Now that we have our baseline, the fun part begins. As you've seen throughout this section, preprocessing text data is a bit more challenging that working with more traditional data types because there's no clear-cut answer for exactly what sort of preprocessing we need to do. As we are preprocessing our text data, we need to make some decisions about things such as:

  • Do we remove stop words or not?
  • What should be counted as a token? Do we stem or lemmatize our text data, or leave the words as is? Do we want to include non-"words" in our tokens?
  • Do we engineer other features, such as bigrams, or POS tags, or Mutual Information Scores?
  • Do we use the entire vocabulary, or just limit the model to a subset of the most frequently used words? If so, how many?
  • What sort of vectorization should we use in our model? Boolean Vectorization? Count Vectorization? TF-IDF? More advanced vectorization strategies such as Word2Vec?

In this lab, we will work through the first four of these.

Removing Stopwords

Let's begin with the first question: do we remove stopwords or not? In general we assume that stopwords do not contain useful information, but that is not always the case. Let's empirically investigate the top word frequencies of each category to see whether removing stopwords helps us to distinguish between the catogories.

As-is, recall that the raw word frequency distributions of 4 out of 5 categories look very similar. They start with the as the word with by far the highest frequency, then there is a downward slope of other common words, starting with to. The misc.forsale category looks a little different, but it still has the as the top token.

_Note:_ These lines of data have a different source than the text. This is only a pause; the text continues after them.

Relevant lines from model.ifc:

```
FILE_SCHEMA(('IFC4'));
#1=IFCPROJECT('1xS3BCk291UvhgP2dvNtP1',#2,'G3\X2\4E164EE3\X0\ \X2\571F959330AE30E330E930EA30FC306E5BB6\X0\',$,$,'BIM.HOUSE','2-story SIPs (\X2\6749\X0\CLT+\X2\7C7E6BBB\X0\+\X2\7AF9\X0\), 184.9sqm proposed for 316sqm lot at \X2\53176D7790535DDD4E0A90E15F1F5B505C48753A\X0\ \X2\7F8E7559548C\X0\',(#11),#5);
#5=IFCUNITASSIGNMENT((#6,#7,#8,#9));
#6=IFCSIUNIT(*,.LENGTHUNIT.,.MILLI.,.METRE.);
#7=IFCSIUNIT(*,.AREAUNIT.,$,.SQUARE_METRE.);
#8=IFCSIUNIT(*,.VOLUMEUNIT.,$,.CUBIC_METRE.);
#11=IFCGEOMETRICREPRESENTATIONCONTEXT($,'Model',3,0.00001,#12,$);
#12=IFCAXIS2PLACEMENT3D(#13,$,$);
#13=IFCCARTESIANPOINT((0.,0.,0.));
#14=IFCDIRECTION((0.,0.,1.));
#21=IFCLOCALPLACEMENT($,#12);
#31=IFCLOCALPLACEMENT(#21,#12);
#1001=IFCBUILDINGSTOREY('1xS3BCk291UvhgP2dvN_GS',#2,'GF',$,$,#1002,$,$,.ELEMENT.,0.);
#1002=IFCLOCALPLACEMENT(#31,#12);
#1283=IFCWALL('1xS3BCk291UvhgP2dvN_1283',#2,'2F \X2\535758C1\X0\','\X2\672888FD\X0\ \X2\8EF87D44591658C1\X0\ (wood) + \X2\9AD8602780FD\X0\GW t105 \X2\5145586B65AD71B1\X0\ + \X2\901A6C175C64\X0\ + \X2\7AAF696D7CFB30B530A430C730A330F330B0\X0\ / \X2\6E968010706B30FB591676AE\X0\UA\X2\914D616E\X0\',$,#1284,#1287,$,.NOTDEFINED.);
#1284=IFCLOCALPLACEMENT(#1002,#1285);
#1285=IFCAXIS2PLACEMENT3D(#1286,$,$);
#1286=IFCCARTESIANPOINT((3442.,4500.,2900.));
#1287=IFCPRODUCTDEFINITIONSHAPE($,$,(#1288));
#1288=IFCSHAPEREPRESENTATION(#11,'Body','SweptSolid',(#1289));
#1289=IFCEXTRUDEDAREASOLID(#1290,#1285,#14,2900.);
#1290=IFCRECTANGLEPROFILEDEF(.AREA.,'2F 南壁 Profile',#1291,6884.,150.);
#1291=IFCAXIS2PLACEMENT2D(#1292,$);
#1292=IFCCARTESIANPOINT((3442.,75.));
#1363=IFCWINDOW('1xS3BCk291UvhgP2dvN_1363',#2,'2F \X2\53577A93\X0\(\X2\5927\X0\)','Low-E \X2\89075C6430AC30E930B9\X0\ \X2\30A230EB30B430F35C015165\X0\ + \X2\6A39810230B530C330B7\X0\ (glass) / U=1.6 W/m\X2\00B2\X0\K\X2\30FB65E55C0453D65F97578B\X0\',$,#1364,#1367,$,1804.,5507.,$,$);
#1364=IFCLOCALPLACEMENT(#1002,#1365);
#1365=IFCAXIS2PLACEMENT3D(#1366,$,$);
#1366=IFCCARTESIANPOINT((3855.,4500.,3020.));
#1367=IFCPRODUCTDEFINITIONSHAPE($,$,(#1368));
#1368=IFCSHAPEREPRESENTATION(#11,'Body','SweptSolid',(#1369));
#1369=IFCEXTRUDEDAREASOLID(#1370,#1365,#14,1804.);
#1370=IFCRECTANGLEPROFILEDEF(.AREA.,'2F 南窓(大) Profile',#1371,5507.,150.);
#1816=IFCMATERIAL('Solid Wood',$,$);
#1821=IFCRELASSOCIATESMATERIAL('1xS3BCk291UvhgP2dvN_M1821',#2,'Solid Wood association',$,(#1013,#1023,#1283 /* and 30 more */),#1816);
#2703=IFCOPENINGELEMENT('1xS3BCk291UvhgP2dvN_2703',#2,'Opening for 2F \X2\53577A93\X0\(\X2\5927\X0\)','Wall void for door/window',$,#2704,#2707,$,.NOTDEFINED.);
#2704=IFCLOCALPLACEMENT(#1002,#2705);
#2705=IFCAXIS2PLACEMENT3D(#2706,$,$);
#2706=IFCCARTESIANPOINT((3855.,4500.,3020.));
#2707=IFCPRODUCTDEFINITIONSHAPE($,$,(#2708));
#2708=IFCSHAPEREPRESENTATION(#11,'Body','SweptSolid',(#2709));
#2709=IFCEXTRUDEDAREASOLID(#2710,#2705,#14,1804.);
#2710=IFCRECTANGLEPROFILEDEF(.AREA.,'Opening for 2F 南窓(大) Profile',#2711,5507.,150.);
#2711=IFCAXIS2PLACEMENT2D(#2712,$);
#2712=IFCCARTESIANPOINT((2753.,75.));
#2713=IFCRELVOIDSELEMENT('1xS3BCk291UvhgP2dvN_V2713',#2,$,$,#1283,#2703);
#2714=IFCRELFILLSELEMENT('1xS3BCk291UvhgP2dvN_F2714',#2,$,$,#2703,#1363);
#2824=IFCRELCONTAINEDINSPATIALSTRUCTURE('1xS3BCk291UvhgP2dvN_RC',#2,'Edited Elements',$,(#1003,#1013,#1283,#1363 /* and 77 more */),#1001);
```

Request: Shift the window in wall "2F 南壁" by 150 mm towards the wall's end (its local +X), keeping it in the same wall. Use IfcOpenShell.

```python
import ifcopenshell
import ifcopenshell.api.geometry
import ifcopenshell.util.placement
import ifcopenshell.util.unit

model = ifcopenshell.open("model.ifc")
unit_scale = ifcopenshell.util.unit.calculate_unit_scale(model)

window = model.by_guid("1xS3BCk291UvhgP2dvN_1363")
opening = window.FillsVoids[0].RelatingOpeningElement
wall = opening.VoidsElements[0].RelatingBuildingElement

wall_matrix = ifcopenshell.util.placement.get_local_placement(wall.ObjectPlacement)
shift = wall_matrix[:3, 0] * 0.15 / unit_scale
before = ifcopenshell.util.placement.get_local_placement(window.ObjectPlacement)[:3, 3].copy()

# The window is not placed relative to its opening, so move both.
for product in (opening, window):
    matrix = ifcopenshell.util.placement.get_local_placement(product.ObjectPlacement)
    matrix[:3, 3] += shift
    ifcopenshell.api.geometry.edit_object_placement(model, product=product, matrix=matrix, is_si=False)

after = ifcopenshell.util.placement.get_local_placement(window.ObjectPlacement)[:3, 3]
print("window moved by", (after - before).round(3) + 0.0)

model.write("model_rev.ifc")
```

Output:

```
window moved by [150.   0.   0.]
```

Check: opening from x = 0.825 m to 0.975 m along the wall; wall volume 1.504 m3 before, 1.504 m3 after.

If we remove stopwords, how does this change the frequency distributions for each category?

Stopwords List

Once again, NLTK has a useful tool for this task. You can just import a list of standard stopwords:

# Run this cell without changes
import nltk
nltk.download('stopwords', quiet=True)
from nltk.corpus import stopwords

stopwords_list = stopwords.words('english')
stopwords_list[:20]

We can customize that list as well.

Let's say that we want to keep the word "for" in our final vocabulary, since it appears disproportionately often in the misc.forsale category. The code below removes that from the stopwords:

# Run this cell without changes
print("Original list length:", len(stopwords_list))
stopwords_list.pop(stopwords_list.index("for"))
print("List length after removing 'for':", len(stopwords_list))

In the cell below, write a function remove_stopwords that takes in a list-like collection of strings (tokens) and returns only those that are not in the list of stopwords. (Use the stopwords_list in the global scope, so that we can later use .apply with this function.)

# Replace None with appropriate code
def remove_stopwords(token_list):
    """
    Given a list of tokens, return a list where the tokens
    that are also present in stopwords_list have been
    removed
    """
    None

Test it out on one example:

# Run this cell without changes
tokens_example = X_train.iloc[100]["text_tokenized"]
print("Length with stopwords:", len(tokens_example))
assert len(tokens_example) == 110

tokens_example_without_stopwords = remove_stopwords(tokens_example)
print("Length without stopwords:", len(tokens_example_without_stopwords))
assert len(tokens_example_without_stopwords) == 65

If that ran successfully, go ahead and apply it to the full X_train.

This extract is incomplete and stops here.